The harvest has been very good this year with about 60% of tags filled already. Snow conditions are great for hunting as you can drive most areas. The weather has been great but days are getting very short. Most years I would advise to wait until spring when days are longer and snow has settled. Fencing has changed bison movement patterns.
We hunted the whole season last year. Private land was usually good, but it was difficult to get in a shooting position. If your friends are hunting Dec/Jan. stay at the Silver Fox and they will be right in between the private and public.
Great thread by MT helped us a lot getting my partner’s bull this last week end:http://forums.outdoorsdirectory.com/showthread.php/144562-Delta-Bison-tips?highlight=bison Lots of other good advice buried in previous years as well. Stayed at the Silver Fox and would recommend it highly. Mike had done a scouting trip talking to ADF&G and some of the farmers before hand and had a good game plan ready. We hunted private land exclusively and were on Bison every day of the three day hunt. While everyone’s experiences may vary here are some of the things we figured out: They were definitely vehicle shy. Sight or sound of truck put them on the run, especially a vehicle that stops or shuts down. You have to fool every single animal in the whole herd.
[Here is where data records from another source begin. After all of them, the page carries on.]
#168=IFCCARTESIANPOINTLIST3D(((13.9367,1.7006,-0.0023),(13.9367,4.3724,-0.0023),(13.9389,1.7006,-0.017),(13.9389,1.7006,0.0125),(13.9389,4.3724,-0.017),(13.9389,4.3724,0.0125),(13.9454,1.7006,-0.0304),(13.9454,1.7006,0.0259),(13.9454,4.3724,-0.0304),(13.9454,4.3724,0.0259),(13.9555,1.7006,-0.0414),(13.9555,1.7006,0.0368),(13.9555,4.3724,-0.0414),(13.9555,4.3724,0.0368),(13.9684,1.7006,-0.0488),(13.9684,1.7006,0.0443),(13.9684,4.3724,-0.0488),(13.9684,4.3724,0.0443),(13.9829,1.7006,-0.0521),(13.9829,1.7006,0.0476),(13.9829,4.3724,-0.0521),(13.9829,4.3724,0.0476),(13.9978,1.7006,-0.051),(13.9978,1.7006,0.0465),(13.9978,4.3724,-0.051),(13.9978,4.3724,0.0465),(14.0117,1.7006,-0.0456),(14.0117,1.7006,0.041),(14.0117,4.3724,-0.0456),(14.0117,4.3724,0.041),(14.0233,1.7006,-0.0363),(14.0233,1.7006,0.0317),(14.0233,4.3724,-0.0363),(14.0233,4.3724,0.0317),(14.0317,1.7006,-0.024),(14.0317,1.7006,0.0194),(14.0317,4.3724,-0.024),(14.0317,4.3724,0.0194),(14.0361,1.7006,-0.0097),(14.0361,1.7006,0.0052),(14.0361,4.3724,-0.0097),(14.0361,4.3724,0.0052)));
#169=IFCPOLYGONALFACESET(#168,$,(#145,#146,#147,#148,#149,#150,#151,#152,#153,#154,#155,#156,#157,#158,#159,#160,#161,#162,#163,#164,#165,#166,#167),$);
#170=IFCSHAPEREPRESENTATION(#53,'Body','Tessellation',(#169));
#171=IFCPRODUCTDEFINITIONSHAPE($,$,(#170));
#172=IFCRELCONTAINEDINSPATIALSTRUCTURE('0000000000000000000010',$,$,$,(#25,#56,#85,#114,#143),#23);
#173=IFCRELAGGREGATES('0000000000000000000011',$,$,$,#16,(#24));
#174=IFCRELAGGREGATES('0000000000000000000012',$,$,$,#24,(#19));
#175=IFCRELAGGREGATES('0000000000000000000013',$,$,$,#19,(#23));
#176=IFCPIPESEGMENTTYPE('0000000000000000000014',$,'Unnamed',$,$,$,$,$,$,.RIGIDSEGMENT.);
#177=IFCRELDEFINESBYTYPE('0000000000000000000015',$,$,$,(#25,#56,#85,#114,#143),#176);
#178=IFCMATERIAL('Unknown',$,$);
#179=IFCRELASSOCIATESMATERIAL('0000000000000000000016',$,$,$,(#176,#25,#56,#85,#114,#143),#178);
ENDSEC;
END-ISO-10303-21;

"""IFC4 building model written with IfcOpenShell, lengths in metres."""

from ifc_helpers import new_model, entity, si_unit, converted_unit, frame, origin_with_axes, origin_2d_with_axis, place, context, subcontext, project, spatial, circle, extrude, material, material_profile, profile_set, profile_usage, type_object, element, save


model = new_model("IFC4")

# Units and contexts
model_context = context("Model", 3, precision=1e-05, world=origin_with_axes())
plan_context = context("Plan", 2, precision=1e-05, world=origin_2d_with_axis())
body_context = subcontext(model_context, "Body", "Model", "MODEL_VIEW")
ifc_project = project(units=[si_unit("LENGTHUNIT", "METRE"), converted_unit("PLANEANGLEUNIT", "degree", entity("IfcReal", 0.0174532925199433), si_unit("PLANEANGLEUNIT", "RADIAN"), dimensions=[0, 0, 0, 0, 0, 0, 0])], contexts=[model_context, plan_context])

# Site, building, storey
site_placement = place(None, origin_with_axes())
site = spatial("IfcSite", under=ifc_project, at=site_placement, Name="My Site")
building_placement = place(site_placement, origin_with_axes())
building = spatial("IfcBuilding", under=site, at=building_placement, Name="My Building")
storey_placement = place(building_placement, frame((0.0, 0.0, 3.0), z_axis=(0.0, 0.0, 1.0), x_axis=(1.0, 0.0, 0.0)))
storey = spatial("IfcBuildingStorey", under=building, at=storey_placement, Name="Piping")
It only take one suspicious one to get them all moving. We typically spotted them at 1-2 miles in the fields and walked from there. We also found a herd way back in the woods where we did not expect to see them. They seemed to rely more on sight/ sound then scent. Good camo seemed much more important than when hunting moose. Once you do get in positon it can be challenging to get a clear shot at just one bison, be patient. At one point we put a couple hours into a stalk and had the herd at 100-150 yrds for 20 minutes waiting for our selected bison to get clear of his buddies. Wind was perfect and we were buried in the wood line when a squirrel lit off behind us. Big bull stated stareing in our direction and then the next thing we saw was 100+ bison butts. Conversely, when we scored the wind was blowing directly towards the heard, but we were directly in the rising sun from then and they just kept coming. We got best results by treating them like Caribou: figure out where they want to go, get in front and wait. While normally I am a brown-down, fill the freezer kind of guy, my partner with the tag had lots of time and was looking for a nice one. We actually could have shot one from 100 yrds or less every day, but waited for the right opportunity and at the about the last huntable moment (for this trip) got lucky and scored. The either sex opportunity this year was a great thing. 100% sure sex ID would have been very challenging. Happy to share more information, just shot me a PM. That goes for any future thread miners as well.
My suggestion only.......find the herds prior to calling all sorts of land owners as most get tired of answering bison questions when the herds are nowhere near or their land is fenced. Fencing seems to have affected the herd dispersal and most are hanging out in the eastern area of the Ag Project. I hunt birds daily in the western areas and I have not seen a track yet this fall.